-- TO DO --
Whatever appears in the listing must be reproduced exactly.

-- INPUT RECORDS --
>>

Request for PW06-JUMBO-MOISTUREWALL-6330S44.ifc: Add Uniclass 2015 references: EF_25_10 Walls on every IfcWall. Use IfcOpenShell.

First a look at what the model holds.

```python
import ifcopenshell

model = ifcopenshell.open("PW06-JUMBO-MOISTUREWALL-6330S44.ifc")
print(model.schema)
print("classifications:", [c.Name for c in model.by_type("IfcClassification")])
for ifc_class in ("IfcDoor", "IfcRoof", "IfcStair", "IfcWall", "IfcWindow"):
    print(ifc_class, len(model.by_type(ifc_class)))
```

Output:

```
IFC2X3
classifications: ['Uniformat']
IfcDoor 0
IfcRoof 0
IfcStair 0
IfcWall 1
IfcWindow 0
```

```python
import ifcopenshell
import ifcopenshell.api.classification

model = ifcopenshell.open("PW06-JUMBO-MOISTUREWALL-6330S44.ifc")

# IFC2X3 requires Source and Edition and has no link from the project to the system.
system = model.create_entity("IfcClassification", Source="NBS", Edition="2015", Name="Uniclass 2015")

codes = {
    "IfcWall": ("EF_25_10", "Walls"),
}
for ifc_class, (code, name) in codes.items():
    products = model.by_type(ifc_class)
    ifcopenshell.api.classification.add_reference(
        model, products=products, classification=system, identification=code, name=name
    )
    print(code, len(products))

model.write("PW06-JUMBO-MOISTUREWALL-6330S44_edited.ifc")
```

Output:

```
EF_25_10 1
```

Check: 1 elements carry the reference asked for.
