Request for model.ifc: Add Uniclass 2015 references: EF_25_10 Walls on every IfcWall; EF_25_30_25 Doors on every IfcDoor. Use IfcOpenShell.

First a look at what the model holds.

```python
import ifcopenshell

model = ifcopenshell.open("model.ifc")
print(model.schema)
print("classifications:", [c.Name for c in model.by_type("IfcClassification")])
for ifc_class in ("IfcDoor", "IfcRoof", "IfcStair", "IfcWall", "IfcWindow"):
    print(ifc_class, len(model.by_type(ifc_class)))
```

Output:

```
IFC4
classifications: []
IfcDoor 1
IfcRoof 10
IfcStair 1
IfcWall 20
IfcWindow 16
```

```python
import ifcopenshell
import ifcopenshell.api.classification

model = ifcopenshell.open("model.ifc")

system = ifcopenshell.api.classification.add_classification(model, classification="Uniclass 2015")

codes = {
    "IfcWall": ("EF_25_10", "Walls"),
    "IfcDoor": ("EF_25_30_25", "Doors"),
}
for ifc_class, (code, name) in codes.items():
    products = model.by_type(ifc_class)
    ifcopenshell.api.classification.add_reference(
        model, products=products, classification=system, identification=code, name=name
    )
    print(code, len(products))

model.write("model-out.ifc")
```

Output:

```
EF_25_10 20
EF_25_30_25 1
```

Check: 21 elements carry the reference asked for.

<<

-- RESULT FOR THIS TASK --
Request for PW06-JUMBO-MOISTUREWALL-6330S44.ifc: Add Uniclass 2015 references: EF_25_10 Walls on every IfcWall. Use IfcOpenShell.

First a look at what the model holds.

```python
import ifcopenshell

model = ifcopenshell.open("PW06-JUMBO-MOISTUREWALL-6330S44.ifc")
print(model.schema)
print("classifications:", [c.Name for c in model.by_type("IfcClassification")])
for ifc_class in ("IfcDoor", "IfcRoof", "IfcStair", "IfcWall", "IfcWindow"):
    print(ifc_class, len(model.by_type(ifc_class)))
```

Output:

```
IFC2X3
classifications: ['Uniformat']
IfcDoor 0
IfcRoof 0
IfcStair 0
IfcWall 1
IfcWindow 0
```

```python
import ifcopenshell
import ifcopenshell.api.classification

model = ifcopenshell.open("PW06-JUMBO-MOISTUREWALL-6330S44.ifc")

# IFC2X3 requires Source and Edition and has no link from the project to the system.
system = model.create_entity("IfcClassification", Source="NBS", Edition="2015", Name="Uniclass 2015")

codes = {
    "IfcWall": ("EF_25_10", "Walls"),
}
for ifc_class, (code, name) in codes.items():
    products = model.by_type(ifc_class)
    ifcopenshell.api.classification.add_reference(
        model, products=products, classification=system, identification=code, name=name
    )
    print(code, len(products))

model.write("PW06-JUMBO-MOISTUREWALL-6330S44_edited.ifc")
```

Output:

```
EF_25_10 1
```

Check: 1 elements carry the reference asked for.
Request for model.ifc: Add Uniclass 2015 references: EF_25_10 Walls on every IfcWall; EF_25_30_25 Doors on every IfcDoor. Use IfcOpenShell.

First a look at what the model holds.

```python
import ifcopenshell

model = ifcopenshell.open("model.ifc")
print(model.schema)
print("classifications:", [c.Name for c in model.by_type("IfcClassification")])
for ifc_class in ("IfcDoor", "IfcRoof", "IfcStair", "IfcWall", "IfcWindow"):
    print(ifc_class, len(model.by_type(ifc_class)))
```

Output:

```
IFC4
classifications: []
IfcDoor 1
IfcRoof 10
IfcStair 1
IfcWall 20
IfcWindow 16
```

```python
import ifcopenshell
import ifcopenshell.api.classification

model = ifcopenshell.open("model.ifc")

system = ifcopenshell.api.classification.add_classification(model, classification="Uniclass 2015")

codes = {
    "IfcWall": ("EF_25_10", "Walls"),
    "IfcDoor": ("EF_25_30_25", "Doors"),
}
for ifc_class, (code, name) in codes.items():
    products = model.by_type(ifc_class)
    ifcopenshell.api.classification.add_reference(
        model, products=products, classification=system, identification=code, name=name
    )
    print(code, len(products))

model.write("model-out.ifc")
```

Output:

```
EF_25_10 20
EF_25_30_25 1
```

Check: 21 elements carry the reference asked for.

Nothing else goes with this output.